Added by Geoff Sauer on Oct 26, 2002.
Average rating: 2.33/5.00 (n=3, std dev: 0.58)
 


English departments are once again confronted with charges in the popular media that the illiteracy of the American people generally, and of recent high school graduates in particular, constitutes a disturbing or perhaps even a dangerous state which we should regard as having reached 'crisis' proportions. In the past, this public concern has been directed primarily at reading ability, but in its present form, it focuses on writing skill. Not surprisingly, much of the commentary has been directed at elementary and secondary school teachers. Time emblazoned the news that 'Teachers Can't Teach' across the cover of its June 16, 1980, issue, then devoted several pages to a critical analysis of the shortcomings in modern American education.

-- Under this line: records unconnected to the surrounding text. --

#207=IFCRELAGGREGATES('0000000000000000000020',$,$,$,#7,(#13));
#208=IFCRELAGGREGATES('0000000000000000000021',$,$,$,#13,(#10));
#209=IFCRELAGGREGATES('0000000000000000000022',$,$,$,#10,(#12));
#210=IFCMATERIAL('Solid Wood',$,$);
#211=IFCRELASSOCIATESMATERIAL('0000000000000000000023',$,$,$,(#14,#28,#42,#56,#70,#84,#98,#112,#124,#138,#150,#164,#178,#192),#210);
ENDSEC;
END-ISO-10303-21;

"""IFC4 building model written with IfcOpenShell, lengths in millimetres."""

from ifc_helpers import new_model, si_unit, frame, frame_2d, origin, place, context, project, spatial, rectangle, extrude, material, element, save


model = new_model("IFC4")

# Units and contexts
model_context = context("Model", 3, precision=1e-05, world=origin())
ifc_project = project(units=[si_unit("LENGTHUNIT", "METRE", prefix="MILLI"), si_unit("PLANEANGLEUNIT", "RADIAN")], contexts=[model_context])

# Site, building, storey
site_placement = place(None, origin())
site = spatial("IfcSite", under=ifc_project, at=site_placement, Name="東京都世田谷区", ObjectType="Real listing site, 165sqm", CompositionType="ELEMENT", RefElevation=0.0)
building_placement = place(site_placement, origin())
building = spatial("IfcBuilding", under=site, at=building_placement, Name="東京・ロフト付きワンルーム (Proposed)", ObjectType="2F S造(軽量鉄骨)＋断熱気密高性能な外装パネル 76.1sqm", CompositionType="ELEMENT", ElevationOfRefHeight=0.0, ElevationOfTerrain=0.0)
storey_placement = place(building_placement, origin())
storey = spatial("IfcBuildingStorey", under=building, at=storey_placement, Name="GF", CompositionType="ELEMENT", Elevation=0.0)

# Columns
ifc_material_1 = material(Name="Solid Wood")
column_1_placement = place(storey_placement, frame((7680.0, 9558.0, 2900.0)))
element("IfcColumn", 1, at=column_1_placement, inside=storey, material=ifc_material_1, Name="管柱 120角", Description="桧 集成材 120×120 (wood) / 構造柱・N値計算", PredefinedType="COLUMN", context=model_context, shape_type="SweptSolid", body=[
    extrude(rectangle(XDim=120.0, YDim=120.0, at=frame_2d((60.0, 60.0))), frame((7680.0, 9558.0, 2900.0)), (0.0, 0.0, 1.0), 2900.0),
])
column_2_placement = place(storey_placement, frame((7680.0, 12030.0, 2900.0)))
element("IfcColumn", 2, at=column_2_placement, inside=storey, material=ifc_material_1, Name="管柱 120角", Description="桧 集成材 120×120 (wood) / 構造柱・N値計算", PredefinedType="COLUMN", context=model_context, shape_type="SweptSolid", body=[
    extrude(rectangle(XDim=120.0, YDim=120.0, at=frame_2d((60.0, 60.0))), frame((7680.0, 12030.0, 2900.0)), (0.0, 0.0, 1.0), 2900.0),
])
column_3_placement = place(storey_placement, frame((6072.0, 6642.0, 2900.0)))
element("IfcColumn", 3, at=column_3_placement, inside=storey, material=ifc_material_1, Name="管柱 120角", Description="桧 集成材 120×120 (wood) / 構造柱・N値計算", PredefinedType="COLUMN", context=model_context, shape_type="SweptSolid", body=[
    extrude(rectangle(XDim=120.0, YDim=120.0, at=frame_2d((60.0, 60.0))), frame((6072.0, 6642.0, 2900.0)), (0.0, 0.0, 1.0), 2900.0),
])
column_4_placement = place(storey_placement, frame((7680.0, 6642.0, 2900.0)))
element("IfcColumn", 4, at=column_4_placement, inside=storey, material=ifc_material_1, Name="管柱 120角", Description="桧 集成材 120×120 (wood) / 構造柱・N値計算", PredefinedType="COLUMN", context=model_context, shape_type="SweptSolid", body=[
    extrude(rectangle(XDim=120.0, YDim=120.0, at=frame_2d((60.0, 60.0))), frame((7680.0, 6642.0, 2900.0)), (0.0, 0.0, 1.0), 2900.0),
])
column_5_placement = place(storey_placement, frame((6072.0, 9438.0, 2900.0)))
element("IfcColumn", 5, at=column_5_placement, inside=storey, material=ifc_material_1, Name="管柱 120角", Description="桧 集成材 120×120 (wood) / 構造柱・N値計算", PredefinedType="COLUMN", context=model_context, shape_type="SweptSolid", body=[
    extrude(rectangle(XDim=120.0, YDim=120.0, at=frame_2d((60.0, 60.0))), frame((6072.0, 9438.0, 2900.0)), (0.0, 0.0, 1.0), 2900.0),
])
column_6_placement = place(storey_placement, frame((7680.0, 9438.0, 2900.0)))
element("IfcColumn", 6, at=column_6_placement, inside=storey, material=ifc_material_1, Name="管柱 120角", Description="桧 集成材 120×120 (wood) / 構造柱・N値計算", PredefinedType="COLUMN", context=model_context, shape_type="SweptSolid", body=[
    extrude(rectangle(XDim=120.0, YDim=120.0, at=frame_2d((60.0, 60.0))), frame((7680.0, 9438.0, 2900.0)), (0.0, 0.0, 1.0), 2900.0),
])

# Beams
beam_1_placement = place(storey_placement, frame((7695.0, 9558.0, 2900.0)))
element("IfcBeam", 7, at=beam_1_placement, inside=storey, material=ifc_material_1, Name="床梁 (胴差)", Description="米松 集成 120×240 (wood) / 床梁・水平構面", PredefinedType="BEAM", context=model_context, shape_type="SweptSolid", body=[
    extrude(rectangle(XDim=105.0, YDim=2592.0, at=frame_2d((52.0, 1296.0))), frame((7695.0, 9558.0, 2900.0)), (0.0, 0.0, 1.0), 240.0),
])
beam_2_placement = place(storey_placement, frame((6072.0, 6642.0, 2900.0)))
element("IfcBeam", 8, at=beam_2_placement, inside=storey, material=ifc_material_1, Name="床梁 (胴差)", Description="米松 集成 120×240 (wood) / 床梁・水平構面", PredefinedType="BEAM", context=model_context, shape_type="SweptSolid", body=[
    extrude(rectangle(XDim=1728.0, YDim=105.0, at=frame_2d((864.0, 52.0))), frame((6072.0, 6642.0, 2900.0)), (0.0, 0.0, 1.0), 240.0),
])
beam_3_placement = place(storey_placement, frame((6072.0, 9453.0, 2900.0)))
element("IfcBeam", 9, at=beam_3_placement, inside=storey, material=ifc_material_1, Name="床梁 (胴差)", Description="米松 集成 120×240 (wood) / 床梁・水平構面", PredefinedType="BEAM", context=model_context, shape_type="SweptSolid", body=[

The authors of that article estimated that up to twenty percent of certified teachers have not mastered the 'basic skills' that they are supposed to teach.1 If this estimate is accurate—and most Americans believe, intuitively at least that it is—then we must recognize that not only are teachers unskilled in areas outside their expertise, but also, more frightening, they are incompetent within areas in which they ostensibly are trained. And since, as Charles Moran and J. T. Skerrett recently pointed out two of the three traditional Rs of basic education are within the province of the English teachers, we must be particularly sensitive to the criticism presently being leveled at teacher inability.